What to work on —
Report every line below that carries the word "SweptSolid".

Source data —
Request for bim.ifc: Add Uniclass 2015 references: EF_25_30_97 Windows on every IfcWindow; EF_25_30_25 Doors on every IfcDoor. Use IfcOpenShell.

First a look at what the model holds.

```python
import ifcopenshell

model = ifcopenshell.open("bim.ifc")
print(model.schema)
print("classifications:", [c.Name for c in model.by_type("IfcClassification")])
for ifc_class in ("IfcDoor", "IfcRoof", "IfcStair", "IfcWall", "IfcWindow"):
    print(ifc_class, len(model.by_type(ifc_class)))
```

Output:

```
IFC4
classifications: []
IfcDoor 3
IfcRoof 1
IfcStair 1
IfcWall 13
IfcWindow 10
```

```python
import ifcopenshell
import ifcopenshell.api.classification

model = ifcopenshell.open("bim.ifc")

system = ifcopenshell.api.classification.add_classification(model, classification="Uniclass 2015")

codes = {
    "IfcWindow": ("EF_25_30_97", "Windows"),
    "IfcDoor": ("EF_25_30_25", "Doors"),
}
for ifc_class, (code, name) in codes.items():
    products = model.by_type(ifc_class)
    ifcopenshell.api.classification.add_reference(
        model, products=products, classification=system, identification=code, name=name
    )
    print(code, len(products))

model.write("bim_v2.ifc")
```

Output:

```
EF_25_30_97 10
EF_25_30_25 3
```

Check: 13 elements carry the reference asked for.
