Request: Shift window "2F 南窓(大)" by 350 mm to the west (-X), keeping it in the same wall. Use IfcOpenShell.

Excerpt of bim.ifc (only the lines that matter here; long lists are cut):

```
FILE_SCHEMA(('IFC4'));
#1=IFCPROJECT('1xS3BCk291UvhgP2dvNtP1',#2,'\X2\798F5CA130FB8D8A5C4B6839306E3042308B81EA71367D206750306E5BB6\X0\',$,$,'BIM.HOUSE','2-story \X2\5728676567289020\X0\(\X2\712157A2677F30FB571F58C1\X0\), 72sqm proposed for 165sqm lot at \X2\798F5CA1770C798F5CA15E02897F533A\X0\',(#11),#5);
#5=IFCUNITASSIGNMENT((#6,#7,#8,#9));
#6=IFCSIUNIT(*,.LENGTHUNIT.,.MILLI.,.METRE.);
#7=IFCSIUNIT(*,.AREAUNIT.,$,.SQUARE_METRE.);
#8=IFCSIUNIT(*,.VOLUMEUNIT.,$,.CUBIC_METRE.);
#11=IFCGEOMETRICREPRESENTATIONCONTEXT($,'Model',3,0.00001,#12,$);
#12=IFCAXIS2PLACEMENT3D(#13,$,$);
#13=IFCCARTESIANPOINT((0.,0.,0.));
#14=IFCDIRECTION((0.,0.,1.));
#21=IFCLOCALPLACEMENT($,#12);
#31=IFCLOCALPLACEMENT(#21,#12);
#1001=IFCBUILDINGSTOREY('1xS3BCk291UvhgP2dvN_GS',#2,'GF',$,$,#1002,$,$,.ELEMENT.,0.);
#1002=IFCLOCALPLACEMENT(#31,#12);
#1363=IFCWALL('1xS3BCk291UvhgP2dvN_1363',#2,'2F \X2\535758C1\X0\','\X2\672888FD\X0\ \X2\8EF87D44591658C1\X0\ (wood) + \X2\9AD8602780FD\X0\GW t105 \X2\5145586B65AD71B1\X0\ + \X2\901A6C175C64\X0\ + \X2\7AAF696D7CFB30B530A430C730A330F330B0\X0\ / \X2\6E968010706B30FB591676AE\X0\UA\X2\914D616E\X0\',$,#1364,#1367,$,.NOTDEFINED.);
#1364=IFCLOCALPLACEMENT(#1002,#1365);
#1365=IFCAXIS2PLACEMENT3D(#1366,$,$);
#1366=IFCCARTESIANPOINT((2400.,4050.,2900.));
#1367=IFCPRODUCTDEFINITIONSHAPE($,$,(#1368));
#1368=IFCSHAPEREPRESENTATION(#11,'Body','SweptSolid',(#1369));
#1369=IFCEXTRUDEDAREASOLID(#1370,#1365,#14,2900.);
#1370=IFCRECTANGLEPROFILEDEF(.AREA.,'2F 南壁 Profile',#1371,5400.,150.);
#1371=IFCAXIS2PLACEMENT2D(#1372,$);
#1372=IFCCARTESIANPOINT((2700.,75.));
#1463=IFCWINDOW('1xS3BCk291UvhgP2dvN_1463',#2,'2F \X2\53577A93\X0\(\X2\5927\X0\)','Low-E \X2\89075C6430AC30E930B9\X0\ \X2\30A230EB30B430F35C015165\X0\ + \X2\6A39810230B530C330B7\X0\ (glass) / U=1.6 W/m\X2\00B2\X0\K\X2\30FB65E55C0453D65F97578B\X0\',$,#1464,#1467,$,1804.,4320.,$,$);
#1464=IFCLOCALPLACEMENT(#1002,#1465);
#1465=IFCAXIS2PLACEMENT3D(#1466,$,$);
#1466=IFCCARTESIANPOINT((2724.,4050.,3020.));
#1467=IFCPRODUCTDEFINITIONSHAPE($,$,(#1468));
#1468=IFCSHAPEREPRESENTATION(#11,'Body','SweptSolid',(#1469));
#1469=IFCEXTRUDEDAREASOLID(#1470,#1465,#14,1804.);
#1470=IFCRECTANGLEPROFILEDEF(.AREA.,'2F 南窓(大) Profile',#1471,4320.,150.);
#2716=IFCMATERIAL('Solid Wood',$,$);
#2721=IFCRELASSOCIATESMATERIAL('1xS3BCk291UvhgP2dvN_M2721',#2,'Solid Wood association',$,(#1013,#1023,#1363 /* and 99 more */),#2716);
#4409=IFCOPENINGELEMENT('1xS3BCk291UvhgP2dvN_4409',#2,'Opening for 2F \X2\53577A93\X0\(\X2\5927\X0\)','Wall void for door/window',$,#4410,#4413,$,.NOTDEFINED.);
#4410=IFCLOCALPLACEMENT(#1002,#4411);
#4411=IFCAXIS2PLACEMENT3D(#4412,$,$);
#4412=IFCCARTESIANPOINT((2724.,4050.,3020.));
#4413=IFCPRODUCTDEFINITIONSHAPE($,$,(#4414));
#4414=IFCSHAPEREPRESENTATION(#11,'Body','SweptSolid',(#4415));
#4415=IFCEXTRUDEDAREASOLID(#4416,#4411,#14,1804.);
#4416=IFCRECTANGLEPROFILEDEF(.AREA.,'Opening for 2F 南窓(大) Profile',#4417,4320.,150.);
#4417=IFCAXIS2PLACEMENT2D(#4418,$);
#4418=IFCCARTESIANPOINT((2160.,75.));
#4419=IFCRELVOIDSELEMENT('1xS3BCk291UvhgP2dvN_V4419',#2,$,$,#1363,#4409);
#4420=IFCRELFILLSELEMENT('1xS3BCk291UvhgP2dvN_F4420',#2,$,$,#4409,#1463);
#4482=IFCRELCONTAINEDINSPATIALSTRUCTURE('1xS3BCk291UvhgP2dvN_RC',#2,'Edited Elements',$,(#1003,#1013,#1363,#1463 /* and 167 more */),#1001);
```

```python
import ifcopenshell
import ifcopenshell.api.geometry
import ifcopenshell.util.placement

model = ifcopenshell.open("bim.ifc")

window = model.by_guid("1xS3BCk291UvhgP2dvN_1463")
opening = window.FillsVoids[0].RelatingOpeningElement
wall = opening.VoidsElements[0].RelatingBuildingElement

wall_matrix = ifcopenshell.util.placement.get_local_placement(wall.ObjectPlacement)
shift = wall_matrix[:3, 0] * -350.0
before = ifcopenshell.util.placement.get_local_placement(window.ObjectPlacement)[:3, 3].copy()

# The window is not placed relative to its opening, so move both.
for product in (opening, window):
    matrix = ifcopenshell.util.placement.get_local_placement(product.ObjectPlacement)
    matrix[:3, 3] += shift
    ifcopenshell.api.geometry.edit_object_placement(model, product=product, matrix=matrix, is_si=False)

after = ifcopenshell.util.placement.get_local_placement(window.ObjectPlacement)[:3, 3]
print("window moved by", (after - before).round(3) + 0.0)

model.write("bim_edited.ifc")
```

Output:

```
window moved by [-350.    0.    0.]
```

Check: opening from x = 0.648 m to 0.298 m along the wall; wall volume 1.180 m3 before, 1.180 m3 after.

Solution for this task —
#1368=IFCSHAPEREPRESENTATION(#11,'Body','SweptSolid',(#1369));
#1468=IFCSHAPEREPRESENTATION(#11,'Body','SweptSolid',(#1469));
#4414=IFCSHAPEREPRESENTATION(#11,'Body','SweptSolid',(#4415));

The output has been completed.